# Protecting ground in front of shed-row barn



## jenkat86 (May 20, 2014)

You will love having your horses at home!

I have something very similar to a shed row barn. Your BEST defense in mud will be drainage. This is the wettest summer we have EVER had in the state, and I have NO mud. Our barn is on the top of a hill which helps tremendously. Obviously we got lucky with the property. But good drainage can go a long way. When we moved in we took a big roller and rolled the ground at the "front" of the stalls. Put down lime. Rolled again. We made sure it was packed really really good. Then, when I clean stalls and change out bedding, I sweep the old stuff out into that area (helps during winter too). Now when it gets wet it's mostly just wet shavings and sawdust instead of mud. In addition to this, I drag the pasture once a week, all the way up to the stalls. It keeps everything pretty compacted for the most part. 
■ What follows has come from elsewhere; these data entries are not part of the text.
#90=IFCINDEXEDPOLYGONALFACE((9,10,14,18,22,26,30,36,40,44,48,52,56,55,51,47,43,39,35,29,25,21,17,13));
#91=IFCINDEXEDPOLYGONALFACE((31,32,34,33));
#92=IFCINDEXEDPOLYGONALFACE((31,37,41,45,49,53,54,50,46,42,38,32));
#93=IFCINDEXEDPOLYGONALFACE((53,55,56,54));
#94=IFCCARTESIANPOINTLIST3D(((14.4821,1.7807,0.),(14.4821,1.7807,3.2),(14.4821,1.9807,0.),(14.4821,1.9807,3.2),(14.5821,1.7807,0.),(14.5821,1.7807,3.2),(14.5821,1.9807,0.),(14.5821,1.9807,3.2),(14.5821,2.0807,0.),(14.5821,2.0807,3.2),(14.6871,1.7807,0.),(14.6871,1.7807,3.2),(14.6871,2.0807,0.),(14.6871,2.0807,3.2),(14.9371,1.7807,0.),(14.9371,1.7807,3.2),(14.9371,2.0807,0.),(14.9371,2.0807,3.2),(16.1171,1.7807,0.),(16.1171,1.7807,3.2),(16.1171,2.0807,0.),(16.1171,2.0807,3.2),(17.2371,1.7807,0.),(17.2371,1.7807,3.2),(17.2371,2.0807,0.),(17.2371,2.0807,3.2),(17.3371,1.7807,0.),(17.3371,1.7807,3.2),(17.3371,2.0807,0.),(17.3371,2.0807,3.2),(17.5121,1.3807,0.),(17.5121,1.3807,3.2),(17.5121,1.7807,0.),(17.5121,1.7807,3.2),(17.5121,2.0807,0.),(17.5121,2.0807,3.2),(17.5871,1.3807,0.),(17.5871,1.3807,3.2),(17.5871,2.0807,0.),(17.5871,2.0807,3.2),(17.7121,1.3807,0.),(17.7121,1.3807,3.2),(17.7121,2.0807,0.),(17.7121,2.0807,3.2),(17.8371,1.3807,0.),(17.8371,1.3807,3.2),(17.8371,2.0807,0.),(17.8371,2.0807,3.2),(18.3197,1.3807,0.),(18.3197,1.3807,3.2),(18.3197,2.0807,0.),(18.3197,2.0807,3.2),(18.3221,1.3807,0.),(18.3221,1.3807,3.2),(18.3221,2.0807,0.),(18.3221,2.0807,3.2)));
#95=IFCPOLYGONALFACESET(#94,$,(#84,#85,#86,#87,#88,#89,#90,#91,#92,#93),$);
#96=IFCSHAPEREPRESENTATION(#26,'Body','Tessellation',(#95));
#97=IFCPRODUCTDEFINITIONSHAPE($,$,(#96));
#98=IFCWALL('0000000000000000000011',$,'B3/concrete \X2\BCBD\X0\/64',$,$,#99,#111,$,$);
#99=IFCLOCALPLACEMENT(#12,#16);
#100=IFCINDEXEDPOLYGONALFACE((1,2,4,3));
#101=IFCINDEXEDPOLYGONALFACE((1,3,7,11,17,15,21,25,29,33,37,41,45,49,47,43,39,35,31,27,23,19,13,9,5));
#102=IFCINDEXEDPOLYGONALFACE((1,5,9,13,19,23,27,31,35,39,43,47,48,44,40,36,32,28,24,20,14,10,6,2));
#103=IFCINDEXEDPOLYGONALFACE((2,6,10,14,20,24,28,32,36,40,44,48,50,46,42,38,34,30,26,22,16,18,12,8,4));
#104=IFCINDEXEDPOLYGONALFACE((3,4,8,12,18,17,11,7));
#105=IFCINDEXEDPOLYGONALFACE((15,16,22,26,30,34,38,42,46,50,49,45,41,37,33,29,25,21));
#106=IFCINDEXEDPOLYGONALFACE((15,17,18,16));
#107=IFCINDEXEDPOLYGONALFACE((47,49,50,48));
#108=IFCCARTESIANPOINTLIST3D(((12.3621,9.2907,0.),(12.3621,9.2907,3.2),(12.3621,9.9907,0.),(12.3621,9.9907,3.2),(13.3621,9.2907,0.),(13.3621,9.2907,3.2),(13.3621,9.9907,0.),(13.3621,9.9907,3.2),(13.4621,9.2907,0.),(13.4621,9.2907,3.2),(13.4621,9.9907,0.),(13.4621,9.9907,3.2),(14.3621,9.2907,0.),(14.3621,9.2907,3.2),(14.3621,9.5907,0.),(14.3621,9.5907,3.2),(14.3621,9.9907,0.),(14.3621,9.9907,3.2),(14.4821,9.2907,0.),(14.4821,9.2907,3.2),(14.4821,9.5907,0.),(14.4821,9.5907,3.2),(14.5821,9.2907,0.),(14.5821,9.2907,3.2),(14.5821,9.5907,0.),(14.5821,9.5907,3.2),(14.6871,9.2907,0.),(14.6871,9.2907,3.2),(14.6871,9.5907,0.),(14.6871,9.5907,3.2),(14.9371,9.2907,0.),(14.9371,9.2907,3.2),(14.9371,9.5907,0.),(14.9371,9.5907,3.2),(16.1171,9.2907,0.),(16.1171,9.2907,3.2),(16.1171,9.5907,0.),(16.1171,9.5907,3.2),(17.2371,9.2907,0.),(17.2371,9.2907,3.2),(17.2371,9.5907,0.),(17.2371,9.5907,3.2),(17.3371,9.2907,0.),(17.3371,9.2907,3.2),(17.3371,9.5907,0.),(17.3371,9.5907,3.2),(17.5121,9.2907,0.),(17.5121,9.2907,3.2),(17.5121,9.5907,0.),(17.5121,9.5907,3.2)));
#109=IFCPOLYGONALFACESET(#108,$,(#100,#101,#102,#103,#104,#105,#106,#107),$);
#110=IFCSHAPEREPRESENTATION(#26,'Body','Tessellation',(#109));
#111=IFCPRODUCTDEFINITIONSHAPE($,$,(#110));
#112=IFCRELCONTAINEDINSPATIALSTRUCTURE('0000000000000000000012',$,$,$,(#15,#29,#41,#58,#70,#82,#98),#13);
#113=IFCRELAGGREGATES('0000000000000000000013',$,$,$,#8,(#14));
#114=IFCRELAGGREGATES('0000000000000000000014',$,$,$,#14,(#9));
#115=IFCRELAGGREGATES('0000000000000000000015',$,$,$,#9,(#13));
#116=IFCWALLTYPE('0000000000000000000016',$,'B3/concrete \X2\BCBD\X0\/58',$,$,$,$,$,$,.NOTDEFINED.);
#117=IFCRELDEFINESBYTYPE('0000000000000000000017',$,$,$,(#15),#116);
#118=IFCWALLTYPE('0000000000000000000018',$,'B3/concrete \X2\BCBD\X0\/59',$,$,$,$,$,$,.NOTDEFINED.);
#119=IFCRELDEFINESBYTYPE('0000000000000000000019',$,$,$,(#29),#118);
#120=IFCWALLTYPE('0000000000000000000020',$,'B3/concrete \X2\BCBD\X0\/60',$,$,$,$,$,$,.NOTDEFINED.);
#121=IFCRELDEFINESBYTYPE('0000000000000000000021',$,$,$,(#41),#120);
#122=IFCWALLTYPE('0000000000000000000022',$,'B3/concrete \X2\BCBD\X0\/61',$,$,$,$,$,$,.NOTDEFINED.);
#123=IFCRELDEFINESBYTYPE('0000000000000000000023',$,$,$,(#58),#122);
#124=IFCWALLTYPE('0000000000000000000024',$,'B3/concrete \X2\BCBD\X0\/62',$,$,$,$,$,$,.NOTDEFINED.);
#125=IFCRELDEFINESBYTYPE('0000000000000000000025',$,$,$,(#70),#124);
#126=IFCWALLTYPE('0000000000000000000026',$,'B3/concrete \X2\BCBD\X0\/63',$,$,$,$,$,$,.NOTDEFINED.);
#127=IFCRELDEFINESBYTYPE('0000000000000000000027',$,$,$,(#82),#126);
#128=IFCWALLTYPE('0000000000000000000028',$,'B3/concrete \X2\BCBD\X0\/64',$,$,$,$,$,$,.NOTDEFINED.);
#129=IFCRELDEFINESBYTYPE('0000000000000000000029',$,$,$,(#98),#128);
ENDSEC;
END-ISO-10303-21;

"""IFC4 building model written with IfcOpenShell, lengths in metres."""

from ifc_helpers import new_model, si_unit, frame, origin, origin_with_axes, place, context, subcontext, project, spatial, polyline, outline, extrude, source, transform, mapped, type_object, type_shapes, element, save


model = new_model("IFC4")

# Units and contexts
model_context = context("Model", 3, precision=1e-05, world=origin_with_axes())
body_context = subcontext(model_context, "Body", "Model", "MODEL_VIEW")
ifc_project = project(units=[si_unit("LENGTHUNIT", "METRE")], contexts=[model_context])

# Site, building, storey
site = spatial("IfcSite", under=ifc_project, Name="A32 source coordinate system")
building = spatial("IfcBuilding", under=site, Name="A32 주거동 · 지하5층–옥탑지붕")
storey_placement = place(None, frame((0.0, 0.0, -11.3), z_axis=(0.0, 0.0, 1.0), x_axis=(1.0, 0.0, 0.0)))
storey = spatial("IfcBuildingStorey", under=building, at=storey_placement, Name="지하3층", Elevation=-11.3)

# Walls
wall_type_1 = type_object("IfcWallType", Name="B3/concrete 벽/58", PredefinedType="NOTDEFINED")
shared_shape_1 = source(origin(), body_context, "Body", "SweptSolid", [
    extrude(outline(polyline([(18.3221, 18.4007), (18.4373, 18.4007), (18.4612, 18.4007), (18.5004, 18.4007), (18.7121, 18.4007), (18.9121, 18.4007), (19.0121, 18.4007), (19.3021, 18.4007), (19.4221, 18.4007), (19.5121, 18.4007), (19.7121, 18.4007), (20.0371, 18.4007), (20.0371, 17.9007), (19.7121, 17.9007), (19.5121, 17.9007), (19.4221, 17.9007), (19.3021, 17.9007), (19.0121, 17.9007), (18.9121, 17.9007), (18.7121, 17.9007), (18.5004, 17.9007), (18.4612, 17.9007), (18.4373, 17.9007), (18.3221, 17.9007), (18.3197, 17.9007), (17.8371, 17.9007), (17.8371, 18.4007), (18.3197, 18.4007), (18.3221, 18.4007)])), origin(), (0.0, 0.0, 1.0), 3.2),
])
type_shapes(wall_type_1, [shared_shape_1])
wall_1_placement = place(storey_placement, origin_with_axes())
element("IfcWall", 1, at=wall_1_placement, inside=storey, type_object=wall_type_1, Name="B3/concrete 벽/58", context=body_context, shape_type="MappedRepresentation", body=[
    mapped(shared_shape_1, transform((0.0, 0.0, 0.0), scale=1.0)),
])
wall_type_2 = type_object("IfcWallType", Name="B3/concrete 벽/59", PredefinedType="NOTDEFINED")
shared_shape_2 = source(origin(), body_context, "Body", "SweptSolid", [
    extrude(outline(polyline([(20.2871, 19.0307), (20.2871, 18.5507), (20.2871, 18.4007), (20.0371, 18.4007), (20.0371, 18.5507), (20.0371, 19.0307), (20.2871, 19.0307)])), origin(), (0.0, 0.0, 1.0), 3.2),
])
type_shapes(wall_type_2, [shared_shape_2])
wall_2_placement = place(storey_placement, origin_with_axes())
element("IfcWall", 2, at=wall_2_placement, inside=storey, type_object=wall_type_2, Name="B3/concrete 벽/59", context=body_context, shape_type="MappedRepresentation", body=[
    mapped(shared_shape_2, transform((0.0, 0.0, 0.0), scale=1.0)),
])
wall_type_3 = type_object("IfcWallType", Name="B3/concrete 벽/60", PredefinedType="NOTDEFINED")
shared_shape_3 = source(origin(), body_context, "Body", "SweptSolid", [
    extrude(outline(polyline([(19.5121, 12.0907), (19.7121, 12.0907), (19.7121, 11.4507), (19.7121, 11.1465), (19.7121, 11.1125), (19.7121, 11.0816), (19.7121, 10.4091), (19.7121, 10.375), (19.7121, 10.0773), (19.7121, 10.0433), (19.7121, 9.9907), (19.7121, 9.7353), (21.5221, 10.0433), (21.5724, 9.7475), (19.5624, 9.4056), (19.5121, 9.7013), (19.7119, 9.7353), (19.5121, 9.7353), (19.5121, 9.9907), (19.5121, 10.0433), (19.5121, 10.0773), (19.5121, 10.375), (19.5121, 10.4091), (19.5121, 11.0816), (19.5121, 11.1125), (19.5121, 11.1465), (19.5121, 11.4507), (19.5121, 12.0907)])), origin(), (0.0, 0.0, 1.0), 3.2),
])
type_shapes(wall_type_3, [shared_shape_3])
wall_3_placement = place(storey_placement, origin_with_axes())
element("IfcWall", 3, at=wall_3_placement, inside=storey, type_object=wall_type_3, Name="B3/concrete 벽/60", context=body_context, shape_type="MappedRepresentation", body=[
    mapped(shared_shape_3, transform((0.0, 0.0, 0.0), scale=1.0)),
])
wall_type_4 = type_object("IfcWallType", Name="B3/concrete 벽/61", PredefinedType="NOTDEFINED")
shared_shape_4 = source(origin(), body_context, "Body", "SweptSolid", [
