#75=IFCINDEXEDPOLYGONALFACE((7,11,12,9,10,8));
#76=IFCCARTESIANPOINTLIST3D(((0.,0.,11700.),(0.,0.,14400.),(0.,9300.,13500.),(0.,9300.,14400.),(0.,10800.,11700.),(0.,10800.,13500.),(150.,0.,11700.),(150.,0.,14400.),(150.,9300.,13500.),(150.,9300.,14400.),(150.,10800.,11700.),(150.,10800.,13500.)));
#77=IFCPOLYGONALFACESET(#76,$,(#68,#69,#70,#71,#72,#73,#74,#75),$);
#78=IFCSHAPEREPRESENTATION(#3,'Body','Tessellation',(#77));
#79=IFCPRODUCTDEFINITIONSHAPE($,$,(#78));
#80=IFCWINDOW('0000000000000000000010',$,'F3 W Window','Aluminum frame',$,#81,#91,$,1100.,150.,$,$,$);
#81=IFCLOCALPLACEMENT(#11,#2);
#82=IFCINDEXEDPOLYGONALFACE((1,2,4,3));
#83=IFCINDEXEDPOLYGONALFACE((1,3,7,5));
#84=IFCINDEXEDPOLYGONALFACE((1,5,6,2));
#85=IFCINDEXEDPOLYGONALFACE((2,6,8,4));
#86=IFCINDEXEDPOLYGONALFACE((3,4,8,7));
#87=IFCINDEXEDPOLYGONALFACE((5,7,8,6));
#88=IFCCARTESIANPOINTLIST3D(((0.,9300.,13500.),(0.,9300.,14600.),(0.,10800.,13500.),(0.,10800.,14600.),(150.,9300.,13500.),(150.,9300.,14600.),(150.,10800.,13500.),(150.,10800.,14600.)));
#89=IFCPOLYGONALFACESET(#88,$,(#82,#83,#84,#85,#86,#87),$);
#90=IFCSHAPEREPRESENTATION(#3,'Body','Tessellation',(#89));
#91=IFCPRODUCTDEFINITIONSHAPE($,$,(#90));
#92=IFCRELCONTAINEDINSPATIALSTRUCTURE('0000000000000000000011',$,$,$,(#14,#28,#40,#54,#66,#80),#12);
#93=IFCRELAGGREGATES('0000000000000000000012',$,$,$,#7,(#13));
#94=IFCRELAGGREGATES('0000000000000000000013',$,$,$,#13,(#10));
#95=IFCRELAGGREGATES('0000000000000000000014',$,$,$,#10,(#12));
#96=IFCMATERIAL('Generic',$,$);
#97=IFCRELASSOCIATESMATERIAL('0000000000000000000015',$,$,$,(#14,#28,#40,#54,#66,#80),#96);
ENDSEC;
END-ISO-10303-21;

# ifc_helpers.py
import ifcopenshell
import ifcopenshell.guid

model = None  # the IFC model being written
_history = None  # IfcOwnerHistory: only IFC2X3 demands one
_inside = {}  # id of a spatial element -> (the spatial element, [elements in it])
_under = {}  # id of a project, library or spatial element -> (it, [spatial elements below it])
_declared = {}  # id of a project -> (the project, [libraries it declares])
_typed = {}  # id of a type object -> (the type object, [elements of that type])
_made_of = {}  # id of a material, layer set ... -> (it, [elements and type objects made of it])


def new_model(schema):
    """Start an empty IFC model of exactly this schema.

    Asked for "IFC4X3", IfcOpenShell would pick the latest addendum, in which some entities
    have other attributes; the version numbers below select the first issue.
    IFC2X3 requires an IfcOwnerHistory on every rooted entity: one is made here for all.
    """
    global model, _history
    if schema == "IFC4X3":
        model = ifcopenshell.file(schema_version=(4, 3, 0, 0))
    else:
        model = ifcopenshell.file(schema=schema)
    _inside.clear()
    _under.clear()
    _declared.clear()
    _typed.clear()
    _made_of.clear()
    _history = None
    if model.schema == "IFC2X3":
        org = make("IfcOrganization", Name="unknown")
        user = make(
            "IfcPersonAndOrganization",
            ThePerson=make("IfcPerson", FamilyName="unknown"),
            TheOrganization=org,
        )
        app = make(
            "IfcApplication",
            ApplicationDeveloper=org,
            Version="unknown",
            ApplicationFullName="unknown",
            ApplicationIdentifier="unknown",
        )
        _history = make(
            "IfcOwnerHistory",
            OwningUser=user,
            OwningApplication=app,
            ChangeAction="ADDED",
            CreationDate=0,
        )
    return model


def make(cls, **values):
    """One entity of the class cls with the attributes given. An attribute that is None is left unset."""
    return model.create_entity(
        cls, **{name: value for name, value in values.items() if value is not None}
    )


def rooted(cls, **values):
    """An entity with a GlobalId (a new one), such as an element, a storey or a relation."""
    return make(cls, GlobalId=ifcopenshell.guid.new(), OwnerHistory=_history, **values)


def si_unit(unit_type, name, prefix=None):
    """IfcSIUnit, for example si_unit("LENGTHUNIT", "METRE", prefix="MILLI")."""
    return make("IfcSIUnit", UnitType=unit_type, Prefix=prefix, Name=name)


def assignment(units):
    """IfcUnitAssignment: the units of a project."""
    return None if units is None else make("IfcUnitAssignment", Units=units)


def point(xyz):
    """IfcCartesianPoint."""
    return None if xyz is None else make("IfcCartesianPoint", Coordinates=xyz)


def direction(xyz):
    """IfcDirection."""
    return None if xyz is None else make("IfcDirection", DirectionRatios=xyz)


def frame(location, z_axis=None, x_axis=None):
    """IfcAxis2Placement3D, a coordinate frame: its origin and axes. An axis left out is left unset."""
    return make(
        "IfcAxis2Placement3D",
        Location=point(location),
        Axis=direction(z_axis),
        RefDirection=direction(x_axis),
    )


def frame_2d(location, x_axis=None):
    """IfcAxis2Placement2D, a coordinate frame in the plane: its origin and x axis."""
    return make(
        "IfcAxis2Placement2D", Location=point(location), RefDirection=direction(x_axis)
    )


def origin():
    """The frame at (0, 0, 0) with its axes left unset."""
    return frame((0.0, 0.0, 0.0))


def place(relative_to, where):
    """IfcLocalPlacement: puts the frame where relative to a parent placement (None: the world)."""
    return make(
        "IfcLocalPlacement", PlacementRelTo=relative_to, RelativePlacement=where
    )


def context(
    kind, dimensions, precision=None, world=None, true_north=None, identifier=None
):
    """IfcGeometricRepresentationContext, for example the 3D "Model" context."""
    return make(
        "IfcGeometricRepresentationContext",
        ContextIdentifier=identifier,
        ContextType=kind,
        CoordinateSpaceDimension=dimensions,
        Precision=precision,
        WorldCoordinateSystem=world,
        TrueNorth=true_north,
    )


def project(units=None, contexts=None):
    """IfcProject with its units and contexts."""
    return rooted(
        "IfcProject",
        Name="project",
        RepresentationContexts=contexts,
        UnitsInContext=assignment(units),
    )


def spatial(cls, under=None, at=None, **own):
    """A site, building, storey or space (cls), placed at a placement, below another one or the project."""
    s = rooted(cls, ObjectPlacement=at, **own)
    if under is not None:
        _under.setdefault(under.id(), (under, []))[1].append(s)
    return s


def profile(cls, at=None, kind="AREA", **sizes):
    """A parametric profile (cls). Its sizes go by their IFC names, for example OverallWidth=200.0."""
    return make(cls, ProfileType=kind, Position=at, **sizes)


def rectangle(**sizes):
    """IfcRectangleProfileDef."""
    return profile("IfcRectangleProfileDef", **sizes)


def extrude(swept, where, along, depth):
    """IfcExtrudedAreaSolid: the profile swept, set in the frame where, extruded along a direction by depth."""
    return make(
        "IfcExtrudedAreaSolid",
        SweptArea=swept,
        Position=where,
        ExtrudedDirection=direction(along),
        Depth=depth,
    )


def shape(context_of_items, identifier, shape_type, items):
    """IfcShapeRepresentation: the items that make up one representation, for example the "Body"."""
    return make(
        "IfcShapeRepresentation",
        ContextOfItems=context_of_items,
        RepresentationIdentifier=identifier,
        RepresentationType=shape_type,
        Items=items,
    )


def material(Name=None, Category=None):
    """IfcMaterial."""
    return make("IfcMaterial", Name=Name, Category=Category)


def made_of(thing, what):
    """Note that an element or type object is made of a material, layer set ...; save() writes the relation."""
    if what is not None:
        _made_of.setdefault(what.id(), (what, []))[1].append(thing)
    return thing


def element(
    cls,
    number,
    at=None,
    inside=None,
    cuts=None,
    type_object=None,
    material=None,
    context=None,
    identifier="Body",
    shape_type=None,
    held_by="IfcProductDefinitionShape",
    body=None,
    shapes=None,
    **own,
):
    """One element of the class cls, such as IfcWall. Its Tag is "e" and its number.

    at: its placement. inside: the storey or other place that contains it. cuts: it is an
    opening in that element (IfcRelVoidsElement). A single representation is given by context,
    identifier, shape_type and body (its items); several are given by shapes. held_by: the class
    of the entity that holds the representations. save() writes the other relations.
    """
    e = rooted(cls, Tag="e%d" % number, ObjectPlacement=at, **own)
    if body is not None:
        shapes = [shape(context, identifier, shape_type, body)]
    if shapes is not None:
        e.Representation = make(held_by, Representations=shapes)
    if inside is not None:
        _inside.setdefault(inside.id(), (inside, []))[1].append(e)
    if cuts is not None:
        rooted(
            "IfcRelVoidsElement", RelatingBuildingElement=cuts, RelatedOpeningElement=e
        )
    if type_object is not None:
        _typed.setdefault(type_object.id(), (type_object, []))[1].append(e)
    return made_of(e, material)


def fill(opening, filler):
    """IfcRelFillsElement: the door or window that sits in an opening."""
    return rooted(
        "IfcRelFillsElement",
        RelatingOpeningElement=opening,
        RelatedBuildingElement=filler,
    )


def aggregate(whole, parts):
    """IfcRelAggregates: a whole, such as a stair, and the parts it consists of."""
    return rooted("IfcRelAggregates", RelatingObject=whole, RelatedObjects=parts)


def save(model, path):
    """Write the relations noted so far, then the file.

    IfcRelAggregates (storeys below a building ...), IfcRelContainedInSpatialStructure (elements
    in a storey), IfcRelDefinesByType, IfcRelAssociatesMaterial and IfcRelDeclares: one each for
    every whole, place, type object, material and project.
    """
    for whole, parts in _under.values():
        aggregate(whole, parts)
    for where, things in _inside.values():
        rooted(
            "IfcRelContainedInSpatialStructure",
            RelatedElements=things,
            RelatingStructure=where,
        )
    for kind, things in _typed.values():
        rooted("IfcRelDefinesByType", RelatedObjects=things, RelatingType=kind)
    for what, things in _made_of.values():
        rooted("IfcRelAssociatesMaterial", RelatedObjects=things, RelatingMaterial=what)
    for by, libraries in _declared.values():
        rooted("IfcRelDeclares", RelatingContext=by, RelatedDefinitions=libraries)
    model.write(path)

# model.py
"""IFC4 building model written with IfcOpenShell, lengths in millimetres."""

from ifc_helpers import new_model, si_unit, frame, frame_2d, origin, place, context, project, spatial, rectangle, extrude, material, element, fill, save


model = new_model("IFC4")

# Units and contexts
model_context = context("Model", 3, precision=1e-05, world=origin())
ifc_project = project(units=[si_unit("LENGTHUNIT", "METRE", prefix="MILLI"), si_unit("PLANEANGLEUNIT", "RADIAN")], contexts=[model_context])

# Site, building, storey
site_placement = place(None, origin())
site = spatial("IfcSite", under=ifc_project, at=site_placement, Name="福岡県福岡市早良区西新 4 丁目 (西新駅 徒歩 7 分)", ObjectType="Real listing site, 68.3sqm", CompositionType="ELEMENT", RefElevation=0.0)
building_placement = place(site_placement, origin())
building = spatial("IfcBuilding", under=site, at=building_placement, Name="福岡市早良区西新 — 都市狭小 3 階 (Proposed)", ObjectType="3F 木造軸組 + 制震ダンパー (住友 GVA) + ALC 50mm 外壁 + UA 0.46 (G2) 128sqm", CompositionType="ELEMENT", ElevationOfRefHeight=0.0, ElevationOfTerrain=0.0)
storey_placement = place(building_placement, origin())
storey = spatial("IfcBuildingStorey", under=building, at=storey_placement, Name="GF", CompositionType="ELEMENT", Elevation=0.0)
I was worried about having to get mats when we moved in. So far I've avoided it!


----------



## Shosadlbrd (Nov 3, 2013)

ca4ta said:


> Hi everyone,
> 
> I just took delivery of our pre-fab 3 stall shed-row barn i had ordered and am working on getting everything ready so I can bring my horses home from boarding - to live with me.  HOOORAY! QUOTE]
> 
> Would love to see pictures of your new barn!


----------



## JCnGrace (Apr 28, 2013)

We used gravel at first to create a good base and then followed with lime screenings (it looks like sand but it will pack down better) at all of our entryways. It does need some added on occasion so we always keep a lime pile on hand.


----------



## ca4ta (Sep 4, 2011)

I'm trying to figure out how to attach a photo here to this thread, but can't for the life of me figure it out... Does anyone know how so I can upload and show you what i'm asking about? Looks like the image uploader only allows you to put in a URL of where the image is, but doesnt allow for it if the photo you want to upload is on your hard drive...


----------



## ca4ta (Sep 4, 2011)

I think i got the photo of the barn uploaded. The gravel in front of the barn is C/P which is what garden/landscapers use as a base before laying pavers, or other hardscape. It's 16" compacted down to 12" deep overall. I will have the company come out and put some more down about 4-5' wide in front of entire barn once i put in some pipes for proper drainage in the next couple weeks and slope it a bit so there's not such a step up to the barn pad. I'm just concerned that over time it will degrade if i don't cover this gravel base. Any thoughts?


----------



## PaintHorseMares (Apr 19, 2008)

You've done a nice job of building up the area under the barn. I think you're biggest source of water is going to be runoff from the roof. Is there any way to add a gutter along the front?


----------



## ca4ta (Sep 4, 2011)

Yes that is our plan. A gutter on the front and back. I will be laying down perforated pipe as well to direct water away from the front of the barn before I have more gravel brought in and compacted. Hoping that helps. I did look at stall mat pricing for this area, but covering the whole space will be around 1,300-1,500.00. I've been wondering if the rolled rubber mats that are less than 1/2" would suffice.


----------



## Saddlebag (Jan 17, 2011)

Unless the building is flat roofed, a gutter along the front isn't necessary but you do want the water at the back going either into large water barrels or well away from the building. Except when the flies are bad, the horses will often just bum up against a wall rather than go inside. If all of the front is open, one section should be closed in to provide shade from the bugs.


----------



## Zexious (Aug 2, 2013)

Subbing


----------



## SlideStop (Dec 28, 2011)

Many times you can find rubber matts on Craigslist or different Facebook horse groups. Other then that, I think draining and grading the area is going to be a huge factor!
_Posted via Mobile Device_


----------



## PaintHorseMares (Apr 19, 2008)

ca4ta said:


> Yes that is our plan. A gutter on the front and back. I will be laying down perforated pipe as well to direct water away from the front of the barn before I have more gravel brought in and compacted. Hoping that helps. I did look at stall mat pricing for this area, but covering the whole space will be around 1,300-1,500.00. I've been wondering if the rolled rubber mats that are less than 1/2" would suffice.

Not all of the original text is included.